Hello everyone. I'm researching the C400Gt as a replacement for my Xmax 300. Can any taller riders share their experiences with the bike? Are there any others who own or owned an Xmax and also have a C400GT who can share their opinions on the two? They have three coming in here to Gulf Coast BMW, but they don't know when. I understand the stock suspension leaves something to be desired. Other than that, I'm not seeing a lot of concerns. Anyhow, thanks very much!
 

wspollack

Active member
Not really directly addressing your questions, but FWIW, I'm just sitting here, reading, so ...
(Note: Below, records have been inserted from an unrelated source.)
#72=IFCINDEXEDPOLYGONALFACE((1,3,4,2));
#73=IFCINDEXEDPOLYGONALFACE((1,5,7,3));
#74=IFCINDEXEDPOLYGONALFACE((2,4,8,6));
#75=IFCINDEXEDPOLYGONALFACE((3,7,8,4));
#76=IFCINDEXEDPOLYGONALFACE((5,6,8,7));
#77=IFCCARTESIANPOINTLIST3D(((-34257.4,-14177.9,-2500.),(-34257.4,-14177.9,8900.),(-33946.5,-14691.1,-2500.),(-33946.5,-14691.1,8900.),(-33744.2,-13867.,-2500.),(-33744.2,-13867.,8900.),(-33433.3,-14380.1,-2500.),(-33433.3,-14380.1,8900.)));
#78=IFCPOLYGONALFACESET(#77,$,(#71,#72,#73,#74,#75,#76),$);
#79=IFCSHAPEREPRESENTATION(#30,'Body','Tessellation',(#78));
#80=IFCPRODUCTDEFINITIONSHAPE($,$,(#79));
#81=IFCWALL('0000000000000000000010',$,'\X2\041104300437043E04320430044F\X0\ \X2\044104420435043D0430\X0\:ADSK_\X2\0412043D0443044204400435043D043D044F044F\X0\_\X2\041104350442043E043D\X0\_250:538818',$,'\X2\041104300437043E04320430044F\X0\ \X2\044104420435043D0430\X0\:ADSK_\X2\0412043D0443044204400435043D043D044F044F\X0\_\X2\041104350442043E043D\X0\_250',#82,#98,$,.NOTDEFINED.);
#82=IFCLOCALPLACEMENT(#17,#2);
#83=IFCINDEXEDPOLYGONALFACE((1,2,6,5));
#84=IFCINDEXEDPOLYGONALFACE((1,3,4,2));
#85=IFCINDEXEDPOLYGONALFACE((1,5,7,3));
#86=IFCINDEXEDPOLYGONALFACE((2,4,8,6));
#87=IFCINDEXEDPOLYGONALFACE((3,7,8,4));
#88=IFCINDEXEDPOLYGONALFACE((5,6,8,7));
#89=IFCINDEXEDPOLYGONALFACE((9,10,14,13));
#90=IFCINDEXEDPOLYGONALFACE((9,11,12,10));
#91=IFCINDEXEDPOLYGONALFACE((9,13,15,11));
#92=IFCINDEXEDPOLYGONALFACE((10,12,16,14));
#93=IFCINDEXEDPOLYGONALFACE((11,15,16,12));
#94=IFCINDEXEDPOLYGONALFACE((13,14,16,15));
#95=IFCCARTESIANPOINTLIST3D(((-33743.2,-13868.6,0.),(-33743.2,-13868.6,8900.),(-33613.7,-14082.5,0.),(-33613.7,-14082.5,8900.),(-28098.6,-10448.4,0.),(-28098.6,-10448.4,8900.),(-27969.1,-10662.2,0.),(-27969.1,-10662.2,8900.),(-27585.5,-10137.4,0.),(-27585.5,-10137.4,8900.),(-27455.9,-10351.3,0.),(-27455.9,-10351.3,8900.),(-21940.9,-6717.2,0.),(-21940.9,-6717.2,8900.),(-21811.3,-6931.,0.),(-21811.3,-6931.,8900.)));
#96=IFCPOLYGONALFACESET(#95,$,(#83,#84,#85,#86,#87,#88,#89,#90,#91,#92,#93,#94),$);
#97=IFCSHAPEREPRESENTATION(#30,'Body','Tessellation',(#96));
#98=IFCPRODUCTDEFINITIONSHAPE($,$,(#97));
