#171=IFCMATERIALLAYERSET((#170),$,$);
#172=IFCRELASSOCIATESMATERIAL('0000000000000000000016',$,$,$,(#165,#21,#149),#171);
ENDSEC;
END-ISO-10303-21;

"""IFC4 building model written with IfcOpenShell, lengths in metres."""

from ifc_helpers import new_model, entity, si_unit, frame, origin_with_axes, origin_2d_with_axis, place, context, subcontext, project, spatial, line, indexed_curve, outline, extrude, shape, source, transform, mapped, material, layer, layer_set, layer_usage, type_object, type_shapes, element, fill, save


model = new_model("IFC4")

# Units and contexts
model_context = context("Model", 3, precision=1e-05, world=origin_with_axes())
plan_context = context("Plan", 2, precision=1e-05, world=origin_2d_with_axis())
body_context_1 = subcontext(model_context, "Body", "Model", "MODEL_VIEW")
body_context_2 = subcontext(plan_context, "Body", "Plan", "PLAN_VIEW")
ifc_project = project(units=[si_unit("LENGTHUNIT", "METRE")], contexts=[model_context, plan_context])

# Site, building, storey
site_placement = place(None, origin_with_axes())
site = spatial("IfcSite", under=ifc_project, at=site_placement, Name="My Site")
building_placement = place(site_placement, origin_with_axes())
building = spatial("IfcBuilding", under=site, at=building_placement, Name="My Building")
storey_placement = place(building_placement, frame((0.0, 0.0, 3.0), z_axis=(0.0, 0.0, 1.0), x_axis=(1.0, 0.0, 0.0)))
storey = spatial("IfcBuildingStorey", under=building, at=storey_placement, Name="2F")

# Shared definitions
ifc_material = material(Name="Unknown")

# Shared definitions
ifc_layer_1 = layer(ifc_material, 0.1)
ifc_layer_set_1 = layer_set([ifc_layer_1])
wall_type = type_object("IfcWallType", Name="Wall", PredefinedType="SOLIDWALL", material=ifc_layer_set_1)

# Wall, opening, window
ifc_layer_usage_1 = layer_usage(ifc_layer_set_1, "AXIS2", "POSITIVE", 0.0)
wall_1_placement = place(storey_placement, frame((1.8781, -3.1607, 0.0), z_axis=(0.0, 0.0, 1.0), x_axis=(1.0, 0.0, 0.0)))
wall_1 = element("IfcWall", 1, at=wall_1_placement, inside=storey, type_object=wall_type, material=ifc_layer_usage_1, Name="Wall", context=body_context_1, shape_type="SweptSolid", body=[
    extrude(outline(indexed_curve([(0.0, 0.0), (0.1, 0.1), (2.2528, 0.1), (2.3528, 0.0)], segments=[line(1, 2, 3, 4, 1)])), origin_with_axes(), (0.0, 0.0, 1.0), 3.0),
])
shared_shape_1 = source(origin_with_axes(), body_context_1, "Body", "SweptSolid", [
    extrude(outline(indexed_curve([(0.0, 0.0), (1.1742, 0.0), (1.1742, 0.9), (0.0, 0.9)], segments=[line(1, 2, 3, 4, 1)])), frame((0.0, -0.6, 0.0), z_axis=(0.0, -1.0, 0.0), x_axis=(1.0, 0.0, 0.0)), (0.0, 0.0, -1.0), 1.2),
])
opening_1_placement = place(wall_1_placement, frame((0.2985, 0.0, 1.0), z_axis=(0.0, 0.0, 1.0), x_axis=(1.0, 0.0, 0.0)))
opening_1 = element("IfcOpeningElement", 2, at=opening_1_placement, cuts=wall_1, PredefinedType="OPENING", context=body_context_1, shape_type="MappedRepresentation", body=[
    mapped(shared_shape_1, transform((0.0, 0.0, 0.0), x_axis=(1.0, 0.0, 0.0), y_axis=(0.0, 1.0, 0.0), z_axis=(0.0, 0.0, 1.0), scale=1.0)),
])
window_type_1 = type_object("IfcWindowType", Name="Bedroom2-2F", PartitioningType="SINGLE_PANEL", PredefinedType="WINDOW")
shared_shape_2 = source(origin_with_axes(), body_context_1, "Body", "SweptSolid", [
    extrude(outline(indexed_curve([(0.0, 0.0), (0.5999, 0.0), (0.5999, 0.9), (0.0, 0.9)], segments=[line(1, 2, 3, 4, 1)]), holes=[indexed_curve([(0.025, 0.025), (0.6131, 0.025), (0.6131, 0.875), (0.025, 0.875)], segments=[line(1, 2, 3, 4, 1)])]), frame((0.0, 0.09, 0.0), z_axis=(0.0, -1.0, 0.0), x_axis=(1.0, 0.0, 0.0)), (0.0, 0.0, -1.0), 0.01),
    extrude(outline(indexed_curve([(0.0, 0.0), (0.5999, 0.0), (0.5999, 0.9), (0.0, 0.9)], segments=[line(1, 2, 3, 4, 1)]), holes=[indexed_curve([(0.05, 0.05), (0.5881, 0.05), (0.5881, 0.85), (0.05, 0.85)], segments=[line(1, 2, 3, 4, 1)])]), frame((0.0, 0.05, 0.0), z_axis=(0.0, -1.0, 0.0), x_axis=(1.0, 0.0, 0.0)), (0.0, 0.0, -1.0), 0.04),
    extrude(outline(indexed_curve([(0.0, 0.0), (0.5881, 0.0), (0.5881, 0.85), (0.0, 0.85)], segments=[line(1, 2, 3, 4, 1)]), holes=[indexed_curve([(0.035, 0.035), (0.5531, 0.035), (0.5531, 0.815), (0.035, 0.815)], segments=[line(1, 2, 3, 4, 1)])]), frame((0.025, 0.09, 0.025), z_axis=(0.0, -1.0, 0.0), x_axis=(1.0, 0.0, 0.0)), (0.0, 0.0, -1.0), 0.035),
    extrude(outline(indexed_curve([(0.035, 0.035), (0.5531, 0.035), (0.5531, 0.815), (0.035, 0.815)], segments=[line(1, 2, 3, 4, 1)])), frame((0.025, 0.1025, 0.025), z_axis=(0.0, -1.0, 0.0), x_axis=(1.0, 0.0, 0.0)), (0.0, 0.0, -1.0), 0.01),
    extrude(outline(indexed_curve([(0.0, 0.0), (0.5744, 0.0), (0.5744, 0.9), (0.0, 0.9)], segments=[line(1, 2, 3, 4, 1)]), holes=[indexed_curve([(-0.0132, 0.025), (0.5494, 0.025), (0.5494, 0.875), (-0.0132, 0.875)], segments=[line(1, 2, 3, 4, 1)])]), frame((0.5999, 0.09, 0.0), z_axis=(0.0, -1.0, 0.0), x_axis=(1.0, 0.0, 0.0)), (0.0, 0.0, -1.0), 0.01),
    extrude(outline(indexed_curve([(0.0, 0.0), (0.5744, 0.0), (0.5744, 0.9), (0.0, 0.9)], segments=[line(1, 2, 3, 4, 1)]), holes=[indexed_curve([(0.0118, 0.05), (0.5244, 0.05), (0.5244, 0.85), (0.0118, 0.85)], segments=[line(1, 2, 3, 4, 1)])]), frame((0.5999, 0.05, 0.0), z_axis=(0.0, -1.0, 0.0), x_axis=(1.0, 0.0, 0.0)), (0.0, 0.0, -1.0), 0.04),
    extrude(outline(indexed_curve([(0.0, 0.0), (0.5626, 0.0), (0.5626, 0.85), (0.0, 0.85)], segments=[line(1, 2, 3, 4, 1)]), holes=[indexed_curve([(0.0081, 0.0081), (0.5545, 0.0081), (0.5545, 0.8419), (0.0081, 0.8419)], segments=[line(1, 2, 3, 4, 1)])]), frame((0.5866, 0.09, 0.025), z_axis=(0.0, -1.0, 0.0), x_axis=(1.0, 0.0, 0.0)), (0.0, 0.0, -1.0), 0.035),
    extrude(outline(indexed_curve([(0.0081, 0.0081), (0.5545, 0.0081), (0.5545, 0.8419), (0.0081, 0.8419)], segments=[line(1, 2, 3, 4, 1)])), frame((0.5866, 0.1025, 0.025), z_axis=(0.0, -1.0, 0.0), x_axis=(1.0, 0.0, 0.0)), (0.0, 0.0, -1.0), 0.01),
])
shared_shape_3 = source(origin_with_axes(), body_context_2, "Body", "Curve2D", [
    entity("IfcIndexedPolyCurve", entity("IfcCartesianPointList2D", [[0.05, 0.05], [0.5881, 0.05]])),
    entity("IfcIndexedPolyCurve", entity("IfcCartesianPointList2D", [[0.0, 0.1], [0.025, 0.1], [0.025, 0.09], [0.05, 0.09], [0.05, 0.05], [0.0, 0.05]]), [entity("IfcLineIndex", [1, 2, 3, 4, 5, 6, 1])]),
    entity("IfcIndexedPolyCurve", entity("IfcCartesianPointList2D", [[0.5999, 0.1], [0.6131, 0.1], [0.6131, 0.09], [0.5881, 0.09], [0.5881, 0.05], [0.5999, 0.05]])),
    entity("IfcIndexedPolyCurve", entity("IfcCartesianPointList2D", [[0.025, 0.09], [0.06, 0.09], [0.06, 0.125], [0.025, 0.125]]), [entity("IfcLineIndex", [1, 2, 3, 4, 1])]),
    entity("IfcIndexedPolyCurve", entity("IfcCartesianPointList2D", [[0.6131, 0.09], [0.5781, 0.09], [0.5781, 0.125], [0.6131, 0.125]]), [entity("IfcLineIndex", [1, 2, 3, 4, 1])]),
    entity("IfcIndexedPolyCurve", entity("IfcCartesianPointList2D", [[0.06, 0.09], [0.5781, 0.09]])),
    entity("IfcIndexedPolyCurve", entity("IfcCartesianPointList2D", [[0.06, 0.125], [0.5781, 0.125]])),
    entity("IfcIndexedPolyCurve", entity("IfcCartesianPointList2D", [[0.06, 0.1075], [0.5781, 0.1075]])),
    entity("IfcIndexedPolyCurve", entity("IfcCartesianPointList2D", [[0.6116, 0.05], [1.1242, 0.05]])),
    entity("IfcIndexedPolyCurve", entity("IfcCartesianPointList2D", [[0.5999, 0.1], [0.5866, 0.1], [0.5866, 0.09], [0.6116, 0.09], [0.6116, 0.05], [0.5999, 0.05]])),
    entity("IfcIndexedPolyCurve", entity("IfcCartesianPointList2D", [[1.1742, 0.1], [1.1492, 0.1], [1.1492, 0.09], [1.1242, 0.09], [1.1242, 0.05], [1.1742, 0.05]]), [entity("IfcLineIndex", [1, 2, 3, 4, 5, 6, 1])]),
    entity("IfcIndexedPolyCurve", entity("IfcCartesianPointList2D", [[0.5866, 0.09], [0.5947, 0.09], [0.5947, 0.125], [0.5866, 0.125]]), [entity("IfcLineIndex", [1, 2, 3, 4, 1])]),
I'm 5'9", with a 29" or 30" inseam (I buy jeans typically at 38W30), so I'm not tall. Unlike your upsizing, I downsized, from a 650 Burgman (actually, I had two of them, over the years) to the C 400 GT this past June. I find the 400 a little more cramped, in terms of leg room, than the Burgman: I can't completely stretch out, but I've gotten used to it, it doesn't bother me, etc. And my knees are still lower than my hips, so all in all it's just a minor change for me, i.e., bending my knees a little more than I typically had them on the Suzuki.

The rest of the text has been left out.